1. For purposes of Section 5.02 of Revenue Procedure 2004-39, the last day of a 12-month transition period for a qualified residential rental project that ends on or after April 1, 2020 and before December 31, 2021 is postponed to December 31, 2022; and

2. If a bond is used to provide a qualified residential rental project and if the two-year rehabilitation expenditure period for the bond under Section 147(d) of the Code ends on or after April 1, 2020, and before December 31, 2021, the last day of that period is postponed to December 31, 2022.

We respectfully submit that time is of the essence with regard to the compliance matters set forth in this submission, and we therefore additionally request that that the Internal Revenue Service publish the guidance requested herein on or before December 31, 2020.

APPENDIX A
NABL AD HOC TASKFORCE MEMBERS
Antonio D. Martini, Chair
Hinckley, Allen & Snyder LLP
28 State Street
Boston, MA 02109-1775
Telephone: 617-378-4136
Email: [email protected]

Christie L. Martin
Mintz Levin Cohn Ferris Glovsky and Popeo P.C.
1 Financial Center
Boston, MA 02111-2621
Telephone: 617-348-1769
Email: [email protected]

Brian P. Teaff
Bracewell LLP
711 Louisiana Street
Suite 2300
Houston, TX 77002-2770
Telephone: 713-221-1367
Email: [email protected]

Matthias M. Edrich
Kutak Rock LLP
1801 California Street
Suite 3000
Denver, CO 80202-2626
Telephone: 303-292-7887
Email: [email protected]

FOOTNOTES

1This request is being submitted in part in response to the November 5, 2020 solicitation of Sunita Lough, Deputy Commission of Internal Revenue, Services and Enforcement, inviting comments from the public regarding regulations and other requirements that can be rescinded, modified or waived to assist business and individual taxpayers with the ongoing economic recovery from the COVID-19 Outbreak. See 85 Fed. Reg. 73252 (November 17, 2020).

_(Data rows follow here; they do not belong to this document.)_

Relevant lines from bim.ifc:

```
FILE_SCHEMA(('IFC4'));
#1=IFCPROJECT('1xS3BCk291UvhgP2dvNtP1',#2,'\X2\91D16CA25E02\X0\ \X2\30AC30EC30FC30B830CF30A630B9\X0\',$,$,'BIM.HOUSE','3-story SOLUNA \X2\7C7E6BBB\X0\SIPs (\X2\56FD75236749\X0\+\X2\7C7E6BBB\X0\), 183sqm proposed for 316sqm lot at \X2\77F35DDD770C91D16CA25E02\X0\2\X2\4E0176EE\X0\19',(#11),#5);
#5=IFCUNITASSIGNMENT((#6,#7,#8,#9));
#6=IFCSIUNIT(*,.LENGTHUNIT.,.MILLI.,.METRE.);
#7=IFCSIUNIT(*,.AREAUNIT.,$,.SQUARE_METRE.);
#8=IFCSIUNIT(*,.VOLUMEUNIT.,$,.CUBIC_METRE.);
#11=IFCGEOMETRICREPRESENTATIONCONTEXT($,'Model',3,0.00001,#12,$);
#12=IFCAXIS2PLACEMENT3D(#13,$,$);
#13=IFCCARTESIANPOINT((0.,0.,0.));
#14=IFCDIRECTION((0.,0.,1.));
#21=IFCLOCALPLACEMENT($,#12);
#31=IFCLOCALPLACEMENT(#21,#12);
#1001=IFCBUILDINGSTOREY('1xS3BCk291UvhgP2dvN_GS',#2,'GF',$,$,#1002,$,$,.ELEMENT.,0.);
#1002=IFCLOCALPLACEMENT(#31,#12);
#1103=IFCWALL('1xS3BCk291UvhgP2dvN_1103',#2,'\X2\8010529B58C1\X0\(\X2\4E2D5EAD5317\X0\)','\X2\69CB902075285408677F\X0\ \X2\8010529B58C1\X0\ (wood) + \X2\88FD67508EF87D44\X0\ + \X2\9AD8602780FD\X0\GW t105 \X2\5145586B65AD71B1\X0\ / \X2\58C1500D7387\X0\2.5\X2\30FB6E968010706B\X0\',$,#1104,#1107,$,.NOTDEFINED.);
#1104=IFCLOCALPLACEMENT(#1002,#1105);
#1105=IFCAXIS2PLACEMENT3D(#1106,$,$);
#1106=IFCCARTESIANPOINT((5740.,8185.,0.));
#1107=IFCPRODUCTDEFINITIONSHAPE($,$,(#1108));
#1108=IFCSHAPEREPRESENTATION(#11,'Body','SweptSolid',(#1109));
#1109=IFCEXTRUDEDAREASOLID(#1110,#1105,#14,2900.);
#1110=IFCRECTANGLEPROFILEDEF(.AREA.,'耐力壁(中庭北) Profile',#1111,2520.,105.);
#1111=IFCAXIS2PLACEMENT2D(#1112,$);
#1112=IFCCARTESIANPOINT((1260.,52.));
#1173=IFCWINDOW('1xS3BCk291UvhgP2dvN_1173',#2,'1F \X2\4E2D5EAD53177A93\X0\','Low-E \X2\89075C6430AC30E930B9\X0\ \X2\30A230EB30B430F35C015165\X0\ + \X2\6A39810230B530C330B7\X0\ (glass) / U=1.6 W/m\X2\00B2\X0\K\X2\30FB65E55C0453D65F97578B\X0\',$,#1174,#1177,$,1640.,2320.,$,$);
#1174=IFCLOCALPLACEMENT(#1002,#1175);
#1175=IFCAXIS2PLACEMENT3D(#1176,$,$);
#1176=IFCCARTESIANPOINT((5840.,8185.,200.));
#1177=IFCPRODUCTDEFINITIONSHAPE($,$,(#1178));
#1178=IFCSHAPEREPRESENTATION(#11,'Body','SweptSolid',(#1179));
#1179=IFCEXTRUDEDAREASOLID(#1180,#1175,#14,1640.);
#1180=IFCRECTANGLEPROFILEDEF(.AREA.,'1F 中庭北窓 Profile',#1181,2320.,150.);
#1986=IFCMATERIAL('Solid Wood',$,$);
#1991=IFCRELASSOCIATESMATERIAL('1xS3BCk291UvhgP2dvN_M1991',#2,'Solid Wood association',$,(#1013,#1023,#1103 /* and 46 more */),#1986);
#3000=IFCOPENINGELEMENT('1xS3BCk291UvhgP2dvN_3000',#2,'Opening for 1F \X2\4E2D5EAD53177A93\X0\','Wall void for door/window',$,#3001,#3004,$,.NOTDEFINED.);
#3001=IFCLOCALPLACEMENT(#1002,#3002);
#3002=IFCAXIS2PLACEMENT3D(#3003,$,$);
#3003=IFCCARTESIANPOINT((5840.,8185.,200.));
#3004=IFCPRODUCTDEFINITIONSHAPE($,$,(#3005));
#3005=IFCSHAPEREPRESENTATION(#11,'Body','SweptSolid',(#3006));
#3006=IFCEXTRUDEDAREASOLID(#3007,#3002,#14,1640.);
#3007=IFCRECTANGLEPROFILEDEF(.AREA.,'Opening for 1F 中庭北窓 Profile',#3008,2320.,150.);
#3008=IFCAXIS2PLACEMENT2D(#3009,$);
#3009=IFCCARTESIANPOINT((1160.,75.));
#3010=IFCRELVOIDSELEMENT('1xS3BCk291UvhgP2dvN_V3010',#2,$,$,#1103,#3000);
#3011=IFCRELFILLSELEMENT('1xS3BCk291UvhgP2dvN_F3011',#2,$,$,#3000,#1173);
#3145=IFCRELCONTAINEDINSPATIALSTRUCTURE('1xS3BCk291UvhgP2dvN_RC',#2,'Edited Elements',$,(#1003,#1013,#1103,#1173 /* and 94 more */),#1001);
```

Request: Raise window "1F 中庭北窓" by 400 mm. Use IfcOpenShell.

```python
import numpy as np
import ifcopenshell
import ifcopenshell.api.geometry
import ifcopenshell.util.placement
import ifcopenshell.util.unit

model = ifcopenshell.open("bim.ifc")
unit_scale = ifcopenshell.util.unit.calculate_unit_scale(model)

window = model.by_id(1173)
opening = window.FillsVoids[0].RelatingOpeningElement
dz = 0.4 / unit_scale

shift = np.array([0.0, 0.0, dz])
# The window is not placed relative to its opening, so move both.
for product in (opening, window):
    matrix = ifcopenshell.util.placement.get_local_placement(product.ObjectPlacement)
    matrix[:3, 3] += shift
    ifcopenshell.api.geometry.edit_object_placement(model, product=product, matrix=matrix, is_si=False)

print(f"moved by {dz * unit_scale:+.3f} m")

model.write("bim_rev.ifc")
```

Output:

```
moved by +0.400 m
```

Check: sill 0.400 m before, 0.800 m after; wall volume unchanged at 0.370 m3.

2A copy of NABL’s April 9, 2020 submission is enclosed for reference; see page 16 of that submission for a discussion of these issues.

3Although the focus of this submission is concentrated on the tax-exempt bond aspects of IRS Notice 2020-53, affecting compliance under Sections 142(d) and 147(d) of the Code, we observe that IRS Notice 2020-53 also provides relief with respect to a number of compliance matters under Section 42(d) of the Code. For example, IRS Notice 2020-53 states that, between April 1, 2020 and December 31, 2020, owners of “qualified low-income housing projects” (as such term is defined in Section 42(d) of the Code) are not required to perform certain income re-certifications or reduce the eligible basis in a building because of the temporary closure of an amenity or common area due to the COVID-19 Outbreak and that state agencies that have jurisdiction over such projects are not required to conduct compliance-monitoring. Additionally, pursuant to IRS Notice 2020-53, between April 1, 2020 and December 31, 2020, owners and operators of qualified low-income housing projects, bond issuers and state agencies are permitted to treat medical personnel and other essential workers providing services during the COVID-19 Outbreak as if they were “displaced individuals” within the meaning of Revenue Procedures 2014-49 and 2014-50, which in turn facilitates the use of qualified low-income housing projects to provide emergency housing for such essential personnel.